[AMDGPU] Defaults for missing dimensions in SYCL required wg size #68872

jchlanda · 2023-10-12T10:36:56Z

SYCL allows for required work group to be partially specified (i.e. not all 3 dimensions): https://registry.khronos.org/SYCL/specs/sycl-2020/html/sycl-2020.html#sec:kernel.attributes This fails AMDGPU's attribute verification. The patch aims to provide the default values for missing dimensions when dealing with SYCL kernels.

jchlanda · 2023-10-12T10:37:08Z

cc: @steffenlarsen

llvmbot · 2023-10-12T10:38:00Z

@llvm/pr-subscribers-backend-amdgpu

Author: Jakub Chlanda (jchlanda)

Changes

SYCL allows for required work group to be partially specified (i.e. not all 3 dimensions): https://registry.khronos.org/SYCL/specs/sycl-2020/html/sycl-2020.html#sec:kernel.attributes This fails AMDGPU's attribute verification.

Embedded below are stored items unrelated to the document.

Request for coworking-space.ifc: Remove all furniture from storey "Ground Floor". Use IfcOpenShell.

First a look at what the model holds.

```python
import ifcopenshell
import ifcopenshell.util.element

model = ifcopenshell.open("coworking-space.ifc")
print(model.schema)
storey = next(s for s in model.by_type("IfcBuildingStorey") if s.Name == "Ground Floor")
furniture = [e for e in ifcopenshell.util.element.get_decomposition(storey) if e.is_a("IfcFurnishingElement")]
seen = {}
for e in furniture:
    element_type = ifcopenshell.util.element.get_type(e)
    name = element_type.Name if element_type not in (None, e) else None
    seen[name] = seen.get(name, 0) + 1
for name, count in sorted(seen.items(), key=str):
    print(count, "x", name)
```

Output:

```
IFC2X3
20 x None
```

```python
import ifcopenshell
import ifcopenshell.api.root
import ifcopenshell.util.element

model = ifcopenshell.open("coworking-space.ifc")

storey = next(s for s in model.by_type("IfcBuildingStorey") if s.Name == "Ground Floor")
furniture = [e for e in ifcopenshell.util.element.get_decomposition(storey) if e.is_a("IfcFurnishingElement")]

for e in furniture:
    ifcopenshell.api.root.remove_product(model, product=e)
print(len(furniture), "removed")

model.write("coworking-space_edited.ifc")
```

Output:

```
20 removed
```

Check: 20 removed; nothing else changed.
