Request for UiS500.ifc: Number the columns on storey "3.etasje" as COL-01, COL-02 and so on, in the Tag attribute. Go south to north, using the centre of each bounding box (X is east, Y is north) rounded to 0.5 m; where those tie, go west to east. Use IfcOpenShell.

First a look at what the model holds.

```python
import ifcopenshell
import ifcopenshell.util.element
import ifcopenshell.util.placement

model = ifcopenshell.open("UiS500.ifc")
print(model.schema)
storey = next(s for s in model.by_type("IfcBuildingStorey") if s.Name == "3.etasje")
columns = [e for e in ifcopenshell.util.element.get_decomposition(storey) if e.is_a("IfcColumn")]
for e in sorted(columns, key=lambda e: e.id()):
    origin = ifcopenshell.util.placement.get_local_placement(e.ObjectPlacement)[:3, 3]
    print(e.id(), e.Tag, e.Name, origin.round(2) + 0.0, sep=" | ")
```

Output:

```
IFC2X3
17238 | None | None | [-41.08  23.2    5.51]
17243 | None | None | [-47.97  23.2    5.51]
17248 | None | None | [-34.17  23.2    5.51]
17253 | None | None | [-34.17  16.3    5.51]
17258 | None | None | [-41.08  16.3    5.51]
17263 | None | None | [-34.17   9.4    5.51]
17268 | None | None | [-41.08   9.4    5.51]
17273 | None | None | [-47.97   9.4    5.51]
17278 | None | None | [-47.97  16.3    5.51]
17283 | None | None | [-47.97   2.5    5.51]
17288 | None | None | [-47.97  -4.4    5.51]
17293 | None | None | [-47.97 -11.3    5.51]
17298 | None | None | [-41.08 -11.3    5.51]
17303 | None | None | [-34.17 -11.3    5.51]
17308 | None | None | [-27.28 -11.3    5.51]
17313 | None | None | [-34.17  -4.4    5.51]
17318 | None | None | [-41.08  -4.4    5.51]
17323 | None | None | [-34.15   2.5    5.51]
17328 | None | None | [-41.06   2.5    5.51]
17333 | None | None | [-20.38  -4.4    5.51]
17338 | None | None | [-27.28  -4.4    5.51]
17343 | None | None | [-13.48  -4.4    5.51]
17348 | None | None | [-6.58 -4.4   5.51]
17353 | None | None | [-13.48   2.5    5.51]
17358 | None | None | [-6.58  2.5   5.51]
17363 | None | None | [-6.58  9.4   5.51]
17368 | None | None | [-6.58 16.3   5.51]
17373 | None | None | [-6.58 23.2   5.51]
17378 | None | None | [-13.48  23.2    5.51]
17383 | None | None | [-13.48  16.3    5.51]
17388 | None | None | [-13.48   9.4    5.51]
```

```python
import ifcopenshell
import ifcopenshell.geom
import ifcopenshell.util.element
import ifcopenshell.util.shape

model = ifcopenshell.open("UiS500.ifc")
settings = ifcopenshell.geom.settings()
settings.set("use-world-coords", True)


def centre(element):
    shape = ifcopenshell.geom.create_shape(settings, element)
    return ifcopenshell.util.shape.get_bbox_centroid(shape.geometry)


storey = next(s for s in model.by_type("IfcBuildingStorey") if s.Name == "3.etasje")
columns = [e for e in ifcopenshell.util.element.get_decomposition(storey) if e.is_a("IfcColumn")]

# Insertion points can sit at a corner or the storey origin, so sort by the geometry (in metres).
centres = {e: centre(e) for e in columns}
columns.sort(key=lambda e: (round(centres[e][1] / 0.5), centres[e][0]))

for i, e in enumerate(columns, start=1):
    number = f"COL-{i:02d}"
    e.Tag = number
    print(e.id(), number)

model.write("UiS500_rev.ifc")
```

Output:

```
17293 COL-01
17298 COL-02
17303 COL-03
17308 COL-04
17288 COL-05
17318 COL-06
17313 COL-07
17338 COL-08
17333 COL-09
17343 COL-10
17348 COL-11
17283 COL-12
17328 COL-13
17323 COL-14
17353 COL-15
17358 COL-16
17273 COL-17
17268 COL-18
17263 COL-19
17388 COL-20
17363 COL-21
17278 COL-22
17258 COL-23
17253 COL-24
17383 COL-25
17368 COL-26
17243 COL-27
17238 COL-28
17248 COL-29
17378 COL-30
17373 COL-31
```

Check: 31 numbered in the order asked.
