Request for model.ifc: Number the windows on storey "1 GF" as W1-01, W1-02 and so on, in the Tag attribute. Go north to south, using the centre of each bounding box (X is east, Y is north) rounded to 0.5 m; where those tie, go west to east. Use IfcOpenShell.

First a look at what the model holds.

```python
import ifcopenshell
import ifcopenshell.util.element
import ifcopenshell.util.placement

model = ifcopenshell.open("model.ifc")
print(model.schema)
storey = next(s for s in model.by_type("IfcBuildingStorey") if s.Name == "1 GF")
windows = [e for e in ifcopenshell.util.element.get_decomposition(storey) if e.is_a("IfcWindow")]
for e in sorted(windows, key=lambda e: e.id()):
    origin = ifcopenshell.util.placement.get_local_placement(e.ObjectPlacement)[:3, 3]
    print(e.id(), e.Tag, e.Name, origin.round(2) + 0.0, sep=" | ")
```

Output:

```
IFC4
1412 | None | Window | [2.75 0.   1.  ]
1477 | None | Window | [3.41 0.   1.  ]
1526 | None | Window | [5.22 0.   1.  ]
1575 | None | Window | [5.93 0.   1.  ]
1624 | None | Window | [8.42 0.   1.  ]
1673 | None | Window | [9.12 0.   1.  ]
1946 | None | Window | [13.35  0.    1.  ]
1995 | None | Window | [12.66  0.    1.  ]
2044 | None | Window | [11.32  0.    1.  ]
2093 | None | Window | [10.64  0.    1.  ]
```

```python
import ifcopenshell
import ifcopenshell.geom
import ifcopenshell.util.element
import ifcopenshell.util.shape

model = ifcopenshell.open("model.ifc")
settings = ifcopenshell.geom.settings()
settings.set("use-world-coords", True)


def centre(element):
    shape = ifcopenshell.geom.create_shape(settings, element)
    return ifcopenshell.util.shape.get_bbox_centroid(shape.geometry)


storey = next(s for s in model.by_type("IfcBuildingStorey") if s.Name == "1 GF")
windows = [e for e in ifcopenshell.util.element.get_decomposition(storey) if e.is_a("IfcWindow")]

# Insertion points can sit at a corner or the storey origin, so sort by the geometry (in metres).
centres = {e: centre(e) for e in windows}
windows.sort(key=lambda e: (-round(centres[e][1] / 0.5), centres[e][0]))

for i, e in enumerate(windows, start=1):
    number = f"W1-{i:02d}"
    e.Tag = number
    print(e.id(), number)

model.write("model-out.ifc")
```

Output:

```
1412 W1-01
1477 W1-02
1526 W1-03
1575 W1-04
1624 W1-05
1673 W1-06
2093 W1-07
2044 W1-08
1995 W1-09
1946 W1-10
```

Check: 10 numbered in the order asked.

The patch aims to provide the default values for missing dimensions when dealing with SYCL kernels.

Full diff: https://github.com/llvm/llvm-project/pull/68872.diff

2 Files Affected:

(modified) llvm/lib/Target/AMDGPU/AMDGPULowerKernelAttributes.cpp (+28)
(added) llvm/test/CodeGen/MIR/AMDGPU/sycl-reqd-work-group-size.mir (+78)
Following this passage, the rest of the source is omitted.